CPU bottleneck occurs only when indexes and working sets can be placed into memory. CPU is used to retrieve data in mongodb. If CPU usage is saturated, you can query logs slowly to check whether it is caused by query problems. If the problem can be solved by adding indexes, mongodb uses CPU to write data. However, mongodb only uses one core at a time to write data. If frequent writes occur, sharding can be used to solve this problem

(3) Memory

Large memory is mongodb’s guarantee, and if the working set size exceeds memory, performance degrades because it increases the loading of data into memory

(4) Hard disk

By default, mongodb forcibly synchronizes data with disks every 60 seconds, which is called background refresh and generates I/O operations. Mongodb loads the data on the disk to memory upon restart. High-speed disks reduce synchronization time

(5) File system

Use ext4 and XFS file systems

The last access time is disabled

vim /etc/fstab
Copy the code

(6) File descriptor

The Linux default file descriptor is 1024, which requires a large increase

(7) Clock

The NTP server is used between mongodb nodes

2. The security

(1) Bind IP addresses

To start, run the – -bind_ip command

(2) Authentication

To start, run the -auth command

Db.adduser ("","",true) // Creates a user, with the last parameter specifying whether it is read-onlyCopy the code

(3) Duplicate set identity authentication

To use keyFile, note that the permission of the keyFile file must be 600; otherwise, it will fail to start

3. Import and export data

mongoimport
mongoexport
Copy the code

4. Configure the server

(1) Topology structure

The replica set requires at least two nodes, where the quorum node does not need to have its own server

(2) Journaling logs

The Journaling logs will be written first, and the data will not be written directly to the hard disk, but to the memory. However, Journaling logs consume memory, so they can be closed on the primary library and started on the secondary library. A solid state drive can be used separately for Journaling logs

At insert time, drivers can ensure Journaling is inserted before feedback, but this can be very performance critical.

5. Log

Logpath specifies the log storage address - VVVVV (the more v, the more detailed output) db.runCommand({logrotare:1}) Enables rolling logsCopy the code

6. Database monitoring commands

(1) serverStatus

  • GlobalLock represents the total time the server spends writing locks

  • Mem shows how to use memory

  • Bits indicates the bit length of the machine

  • Resident Indicates the occupied physical memory

  • Virtual indicates the virtual memory used

(2) the top

(3) the db. CurrentOp ()

7.mongostat

Dynamically display mongodb active data

8. Web console

Occupy the port 1000 up from the current mongodb listening port

9. Backup and restoration

Mongodump (1)

Export the database contents into BSON files, which MongoRestore can read and restore

(2) mongorestore

Restore the exported BSON file to the database

(3) Back up original data files

Db. RunCommand ({fsync:1,lock:true})

Db. $cmd.sys.unlock. FindOne () requests the unlocking operation, but the database is not unlocked immediately. Db.currentop () is used for authentication.

10. Compaction and repair

(1) Repair

RepairDatabase. RunCommand ({repairDatabase:1}) repaira single database repair involves reading and rewriting all data files and rebuilding indexes based on the Jourling file

(2) press

Db.spreadsheets.reindex () // reIndex db.runcommand ({compact:”spreadsheets”}) rewrites the data file and rebuilds the entire index of the collection. If you need to stop or run on a secondary library, add the force parameter to ensure that a write lock is added if you need to run on a primary library.

11. Performance tuning

(1) Monitor disk status

Iostat (2) checks indexes and queries for improved performance

In general, scan as few documents as possible.

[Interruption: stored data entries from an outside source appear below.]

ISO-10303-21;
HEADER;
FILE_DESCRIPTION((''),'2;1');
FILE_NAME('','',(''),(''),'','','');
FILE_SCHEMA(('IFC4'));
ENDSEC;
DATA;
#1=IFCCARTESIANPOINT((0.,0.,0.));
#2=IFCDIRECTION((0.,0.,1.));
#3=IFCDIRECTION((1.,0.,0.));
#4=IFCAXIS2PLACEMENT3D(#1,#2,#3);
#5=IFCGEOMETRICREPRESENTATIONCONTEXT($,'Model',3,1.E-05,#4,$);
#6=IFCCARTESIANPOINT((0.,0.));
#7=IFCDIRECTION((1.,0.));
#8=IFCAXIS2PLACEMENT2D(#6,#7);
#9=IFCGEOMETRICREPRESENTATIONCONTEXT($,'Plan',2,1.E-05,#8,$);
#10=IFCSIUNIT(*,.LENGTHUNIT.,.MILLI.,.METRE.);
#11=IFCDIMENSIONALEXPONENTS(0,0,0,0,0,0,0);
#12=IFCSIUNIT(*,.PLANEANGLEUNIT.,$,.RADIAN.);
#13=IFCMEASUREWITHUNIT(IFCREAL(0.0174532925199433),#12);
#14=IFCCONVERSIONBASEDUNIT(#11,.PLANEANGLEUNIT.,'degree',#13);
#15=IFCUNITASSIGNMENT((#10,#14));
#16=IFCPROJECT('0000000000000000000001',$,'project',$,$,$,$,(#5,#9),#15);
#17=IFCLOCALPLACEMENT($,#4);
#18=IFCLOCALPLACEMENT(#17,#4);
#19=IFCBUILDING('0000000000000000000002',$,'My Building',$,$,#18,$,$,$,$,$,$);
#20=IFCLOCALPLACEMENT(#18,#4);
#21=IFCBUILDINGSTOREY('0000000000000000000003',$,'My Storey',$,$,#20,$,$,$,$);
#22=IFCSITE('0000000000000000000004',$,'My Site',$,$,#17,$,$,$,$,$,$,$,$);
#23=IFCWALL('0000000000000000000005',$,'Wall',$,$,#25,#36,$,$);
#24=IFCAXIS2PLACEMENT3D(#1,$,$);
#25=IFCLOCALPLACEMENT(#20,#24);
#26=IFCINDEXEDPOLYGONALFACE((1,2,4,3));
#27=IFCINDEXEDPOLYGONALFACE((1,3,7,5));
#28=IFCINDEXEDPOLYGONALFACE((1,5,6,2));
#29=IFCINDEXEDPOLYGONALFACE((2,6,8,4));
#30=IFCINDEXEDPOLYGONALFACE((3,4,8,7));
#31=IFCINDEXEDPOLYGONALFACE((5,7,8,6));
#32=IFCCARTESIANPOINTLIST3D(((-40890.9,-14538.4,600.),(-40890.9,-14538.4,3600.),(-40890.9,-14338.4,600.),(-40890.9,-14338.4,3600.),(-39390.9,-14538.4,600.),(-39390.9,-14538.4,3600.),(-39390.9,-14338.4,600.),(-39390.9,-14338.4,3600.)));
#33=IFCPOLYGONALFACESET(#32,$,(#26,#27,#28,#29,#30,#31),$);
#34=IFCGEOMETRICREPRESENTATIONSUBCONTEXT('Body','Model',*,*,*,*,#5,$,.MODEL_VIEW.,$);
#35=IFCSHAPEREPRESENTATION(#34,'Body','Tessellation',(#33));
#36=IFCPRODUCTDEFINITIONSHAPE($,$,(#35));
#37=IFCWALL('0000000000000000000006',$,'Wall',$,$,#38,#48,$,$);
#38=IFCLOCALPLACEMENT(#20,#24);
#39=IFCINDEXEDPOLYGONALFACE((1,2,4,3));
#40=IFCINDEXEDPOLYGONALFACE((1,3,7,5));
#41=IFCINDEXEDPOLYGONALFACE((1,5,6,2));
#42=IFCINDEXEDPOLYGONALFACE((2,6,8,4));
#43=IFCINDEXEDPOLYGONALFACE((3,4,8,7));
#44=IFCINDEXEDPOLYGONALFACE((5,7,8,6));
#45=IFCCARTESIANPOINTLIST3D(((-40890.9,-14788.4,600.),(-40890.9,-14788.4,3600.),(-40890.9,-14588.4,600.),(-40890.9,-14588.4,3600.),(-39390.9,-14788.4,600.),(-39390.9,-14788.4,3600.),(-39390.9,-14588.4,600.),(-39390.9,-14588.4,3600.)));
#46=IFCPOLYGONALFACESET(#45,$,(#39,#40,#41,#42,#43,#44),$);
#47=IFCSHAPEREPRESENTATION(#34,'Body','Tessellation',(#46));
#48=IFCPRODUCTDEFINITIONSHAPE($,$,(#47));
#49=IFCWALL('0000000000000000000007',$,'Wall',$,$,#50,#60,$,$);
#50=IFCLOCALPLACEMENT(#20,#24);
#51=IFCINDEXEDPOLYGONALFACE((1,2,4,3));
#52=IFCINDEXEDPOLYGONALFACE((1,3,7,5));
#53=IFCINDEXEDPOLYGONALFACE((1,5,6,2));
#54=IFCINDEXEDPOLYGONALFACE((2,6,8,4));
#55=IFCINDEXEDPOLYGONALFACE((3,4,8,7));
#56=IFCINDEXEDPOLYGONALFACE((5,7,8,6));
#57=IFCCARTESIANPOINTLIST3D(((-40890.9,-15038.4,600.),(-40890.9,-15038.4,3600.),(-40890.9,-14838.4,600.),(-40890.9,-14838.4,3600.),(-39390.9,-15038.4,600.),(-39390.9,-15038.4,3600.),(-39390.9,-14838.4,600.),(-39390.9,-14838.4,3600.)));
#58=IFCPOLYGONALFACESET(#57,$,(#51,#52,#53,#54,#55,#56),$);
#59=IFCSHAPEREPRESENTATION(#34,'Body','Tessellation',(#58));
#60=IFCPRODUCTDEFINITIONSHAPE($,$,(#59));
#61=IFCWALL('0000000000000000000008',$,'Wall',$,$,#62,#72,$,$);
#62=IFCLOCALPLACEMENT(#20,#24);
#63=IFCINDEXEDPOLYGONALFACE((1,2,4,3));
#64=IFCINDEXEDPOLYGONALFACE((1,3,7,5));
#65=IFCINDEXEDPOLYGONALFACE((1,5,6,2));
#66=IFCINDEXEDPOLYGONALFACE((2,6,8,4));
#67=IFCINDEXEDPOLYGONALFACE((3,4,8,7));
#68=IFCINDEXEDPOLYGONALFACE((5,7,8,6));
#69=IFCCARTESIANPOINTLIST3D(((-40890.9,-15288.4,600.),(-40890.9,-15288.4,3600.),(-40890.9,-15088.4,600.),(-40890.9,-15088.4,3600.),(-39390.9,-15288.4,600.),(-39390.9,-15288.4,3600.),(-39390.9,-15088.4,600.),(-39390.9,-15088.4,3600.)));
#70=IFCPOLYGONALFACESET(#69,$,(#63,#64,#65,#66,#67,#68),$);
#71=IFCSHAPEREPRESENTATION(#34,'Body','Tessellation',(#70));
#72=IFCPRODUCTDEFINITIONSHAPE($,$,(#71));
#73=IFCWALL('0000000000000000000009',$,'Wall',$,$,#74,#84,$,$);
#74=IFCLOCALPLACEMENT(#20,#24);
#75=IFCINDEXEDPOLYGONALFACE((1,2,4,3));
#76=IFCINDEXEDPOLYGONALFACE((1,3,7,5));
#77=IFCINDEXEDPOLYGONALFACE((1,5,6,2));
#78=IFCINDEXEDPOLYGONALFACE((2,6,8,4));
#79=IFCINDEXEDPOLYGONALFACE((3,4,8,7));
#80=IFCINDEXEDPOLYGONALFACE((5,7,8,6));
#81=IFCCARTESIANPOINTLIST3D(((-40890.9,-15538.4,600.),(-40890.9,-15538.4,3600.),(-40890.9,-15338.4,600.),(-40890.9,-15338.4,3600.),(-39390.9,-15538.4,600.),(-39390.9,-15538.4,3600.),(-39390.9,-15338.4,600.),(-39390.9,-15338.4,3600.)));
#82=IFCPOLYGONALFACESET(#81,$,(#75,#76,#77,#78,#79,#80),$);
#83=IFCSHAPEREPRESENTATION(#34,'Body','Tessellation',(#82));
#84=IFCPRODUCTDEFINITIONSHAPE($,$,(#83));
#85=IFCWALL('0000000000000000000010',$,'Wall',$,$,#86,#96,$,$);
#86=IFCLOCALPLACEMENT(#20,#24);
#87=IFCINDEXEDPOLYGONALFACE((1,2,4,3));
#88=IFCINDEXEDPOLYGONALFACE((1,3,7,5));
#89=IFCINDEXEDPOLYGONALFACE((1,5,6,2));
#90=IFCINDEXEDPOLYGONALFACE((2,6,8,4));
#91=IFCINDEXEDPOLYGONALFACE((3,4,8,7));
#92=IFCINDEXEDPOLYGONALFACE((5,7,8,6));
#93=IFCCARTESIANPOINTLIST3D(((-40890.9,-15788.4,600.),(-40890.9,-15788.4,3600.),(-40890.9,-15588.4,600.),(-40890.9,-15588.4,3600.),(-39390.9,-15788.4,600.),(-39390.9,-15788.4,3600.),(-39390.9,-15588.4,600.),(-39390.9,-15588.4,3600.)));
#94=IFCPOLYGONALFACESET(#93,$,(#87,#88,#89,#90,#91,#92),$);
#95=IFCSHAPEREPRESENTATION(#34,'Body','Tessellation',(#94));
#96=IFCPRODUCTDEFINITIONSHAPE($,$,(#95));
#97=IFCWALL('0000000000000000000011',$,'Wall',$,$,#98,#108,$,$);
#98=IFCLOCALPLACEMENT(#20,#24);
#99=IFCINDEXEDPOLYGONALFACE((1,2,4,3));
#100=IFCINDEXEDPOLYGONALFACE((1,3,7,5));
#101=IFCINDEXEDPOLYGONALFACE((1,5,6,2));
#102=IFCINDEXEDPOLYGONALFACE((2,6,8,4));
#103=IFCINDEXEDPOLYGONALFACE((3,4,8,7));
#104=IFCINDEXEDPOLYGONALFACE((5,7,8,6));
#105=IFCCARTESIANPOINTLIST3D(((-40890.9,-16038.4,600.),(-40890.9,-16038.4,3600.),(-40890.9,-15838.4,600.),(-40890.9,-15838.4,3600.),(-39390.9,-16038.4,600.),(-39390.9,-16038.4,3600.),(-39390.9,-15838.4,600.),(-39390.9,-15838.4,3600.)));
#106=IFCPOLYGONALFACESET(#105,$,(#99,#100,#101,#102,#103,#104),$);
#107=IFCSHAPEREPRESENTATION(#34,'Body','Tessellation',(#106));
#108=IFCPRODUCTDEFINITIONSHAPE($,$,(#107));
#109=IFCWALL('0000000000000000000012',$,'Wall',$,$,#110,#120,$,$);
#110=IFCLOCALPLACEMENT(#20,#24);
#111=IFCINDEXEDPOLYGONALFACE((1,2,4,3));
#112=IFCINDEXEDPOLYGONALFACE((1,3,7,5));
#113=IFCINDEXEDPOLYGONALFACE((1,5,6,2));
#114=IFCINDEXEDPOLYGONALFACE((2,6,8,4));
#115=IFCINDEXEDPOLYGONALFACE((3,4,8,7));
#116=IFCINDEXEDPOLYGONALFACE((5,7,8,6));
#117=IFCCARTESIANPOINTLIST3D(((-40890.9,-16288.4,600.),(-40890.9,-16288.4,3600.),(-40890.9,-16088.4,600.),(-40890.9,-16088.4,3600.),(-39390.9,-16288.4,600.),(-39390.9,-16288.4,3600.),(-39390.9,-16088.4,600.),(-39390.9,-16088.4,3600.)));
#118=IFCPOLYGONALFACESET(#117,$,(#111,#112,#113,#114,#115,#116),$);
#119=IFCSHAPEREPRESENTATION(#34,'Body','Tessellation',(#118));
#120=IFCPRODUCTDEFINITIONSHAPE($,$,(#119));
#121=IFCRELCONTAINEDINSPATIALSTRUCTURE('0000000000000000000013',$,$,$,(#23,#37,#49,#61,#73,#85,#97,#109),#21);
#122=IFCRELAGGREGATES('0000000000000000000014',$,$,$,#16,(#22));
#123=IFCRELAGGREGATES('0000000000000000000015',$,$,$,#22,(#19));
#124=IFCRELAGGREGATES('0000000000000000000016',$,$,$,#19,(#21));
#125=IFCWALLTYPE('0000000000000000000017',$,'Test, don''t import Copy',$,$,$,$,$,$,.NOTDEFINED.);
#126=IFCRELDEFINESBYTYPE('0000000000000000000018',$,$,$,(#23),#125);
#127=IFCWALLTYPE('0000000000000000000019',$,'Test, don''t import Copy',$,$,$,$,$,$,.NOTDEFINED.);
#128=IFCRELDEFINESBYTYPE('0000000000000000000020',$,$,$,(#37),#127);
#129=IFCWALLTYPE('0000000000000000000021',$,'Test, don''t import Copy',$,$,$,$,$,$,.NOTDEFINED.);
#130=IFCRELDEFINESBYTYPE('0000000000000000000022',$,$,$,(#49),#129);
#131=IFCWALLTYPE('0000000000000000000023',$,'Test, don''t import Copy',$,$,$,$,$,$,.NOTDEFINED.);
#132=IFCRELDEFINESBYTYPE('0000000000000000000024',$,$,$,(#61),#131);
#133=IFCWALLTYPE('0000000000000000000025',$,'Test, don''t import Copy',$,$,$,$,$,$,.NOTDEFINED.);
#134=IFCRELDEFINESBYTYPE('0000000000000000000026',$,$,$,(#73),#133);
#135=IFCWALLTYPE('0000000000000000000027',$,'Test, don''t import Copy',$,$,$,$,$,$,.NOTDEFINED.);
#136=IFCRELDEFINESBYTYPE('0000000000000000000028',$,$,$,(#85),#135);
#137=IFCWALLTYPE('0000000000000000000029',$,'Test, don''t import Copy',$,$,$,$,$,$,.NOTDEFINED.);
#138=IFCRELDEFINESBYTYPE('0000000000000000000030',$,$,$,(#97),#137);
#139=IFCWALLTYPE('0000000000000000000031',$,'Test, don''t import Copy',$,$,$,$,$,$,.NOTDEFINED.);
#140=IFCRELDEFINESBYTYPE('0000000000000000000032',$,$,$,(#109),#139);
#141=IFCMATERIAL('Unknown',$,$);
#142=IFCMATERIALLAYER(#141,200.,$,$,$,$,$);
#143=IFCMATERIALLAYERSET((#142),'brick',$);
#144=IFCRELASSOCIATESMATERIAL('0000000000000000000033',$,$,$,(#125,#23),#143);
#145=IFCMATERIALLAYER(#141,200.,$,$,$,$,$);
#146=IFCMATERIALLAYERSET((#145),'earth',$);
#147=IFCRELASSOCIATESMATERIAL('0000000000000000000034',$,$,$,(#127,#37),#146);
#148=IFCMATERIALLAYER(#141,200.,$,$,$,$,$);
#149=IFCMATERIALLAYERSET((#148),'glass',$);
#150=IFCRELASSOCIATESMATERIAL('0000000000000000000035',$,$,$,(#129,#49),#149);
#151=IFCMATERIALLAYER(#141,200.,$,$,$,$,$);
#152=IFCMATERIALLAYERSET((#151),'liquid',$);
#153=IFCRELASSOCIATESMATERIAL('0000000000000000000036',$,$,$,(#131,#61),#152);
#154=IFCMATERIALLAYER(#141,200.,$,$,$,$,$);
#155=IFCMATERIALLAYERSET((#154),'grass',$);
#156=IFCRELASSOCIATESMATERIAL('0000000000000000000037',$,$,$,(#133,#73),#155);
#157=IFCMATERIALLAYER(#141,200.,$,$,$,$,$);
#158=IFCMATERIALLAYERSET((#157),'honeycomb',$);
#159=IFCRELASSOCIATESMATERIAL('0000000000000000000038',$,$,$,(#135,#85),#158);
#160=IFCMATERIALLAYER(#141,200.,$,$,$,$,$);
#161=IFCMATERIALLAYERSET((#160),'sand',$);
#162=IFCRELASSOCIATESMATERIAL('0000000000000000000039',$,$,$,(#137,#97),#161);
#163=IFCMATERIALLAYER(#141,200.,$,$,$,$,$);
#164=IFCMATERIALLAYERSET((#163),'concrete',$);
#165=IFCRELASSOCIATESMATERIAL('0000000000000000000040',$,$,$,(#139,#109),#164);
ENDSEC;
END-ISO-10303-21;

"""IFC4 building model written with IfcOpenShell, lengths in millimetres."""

from ifc_helpers import new_model, entity, si_unit, converted_unit, frame, origin_with_axes, origin_2d_with_axis, place, context, subcontext, project, spatial, indexed_curve, outline, extrude, material, layer, layer_set, layer_usage, type_object, element, save


model = new_model("IFC4")

# Units and contexts
model_context = context("Model", 3, precision=1e-05, world=origin_with_axes())
plan_context = context("Plan", 2, precision=1e-05, world=origin_2d_with_axis())
body_context = subcontext(model_context, "Body", "Model", "MODEL_VIEW")
ifc_project = project(units=[si_unit("LENGTHUNIT", "METRE", prefix="MILLI"), converted_unit("PLANEANGLEUNIT", "degree", entity("IfcReal", 0.0174532925199433), si_unit("PLANEANGLEUNIT", "RADIAN"), dimensions=[0, 0, 0, 0, 0, 0, 0])], contexts=[model_context, plan_context])

# Site, building, storey
site_placement = place(None, origin_with_axes())
site = spatial("IfcSite", under=ifc_project, at=site_placement, Name="My Site")
building_placement = place(site_placement, origin_with_axes())
building = spatial("IfcBuilding", under=site, at=building_placement, Name="My Building")
storey_placement = place(building_placement, origin_with_axes())
storey = spatial("IfcBuildingStorey", under=building, at=storey_placement, Name="My Storey")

Ensure that there are no redundant indexes. Redundant indexes occupy disk space, consume more memory, and require more work for each write

(3) Add memory

Db.stats () // Check whether the size of the database is dataSize or indexSize. If the sum of the two values is greater than memory, performance will be affected.

StorageSize Data is more than twice the size of the dataSize data. If the storageSize data is more than twice the size of the dataSize data, disk fragmentation affects the performance and requires compression.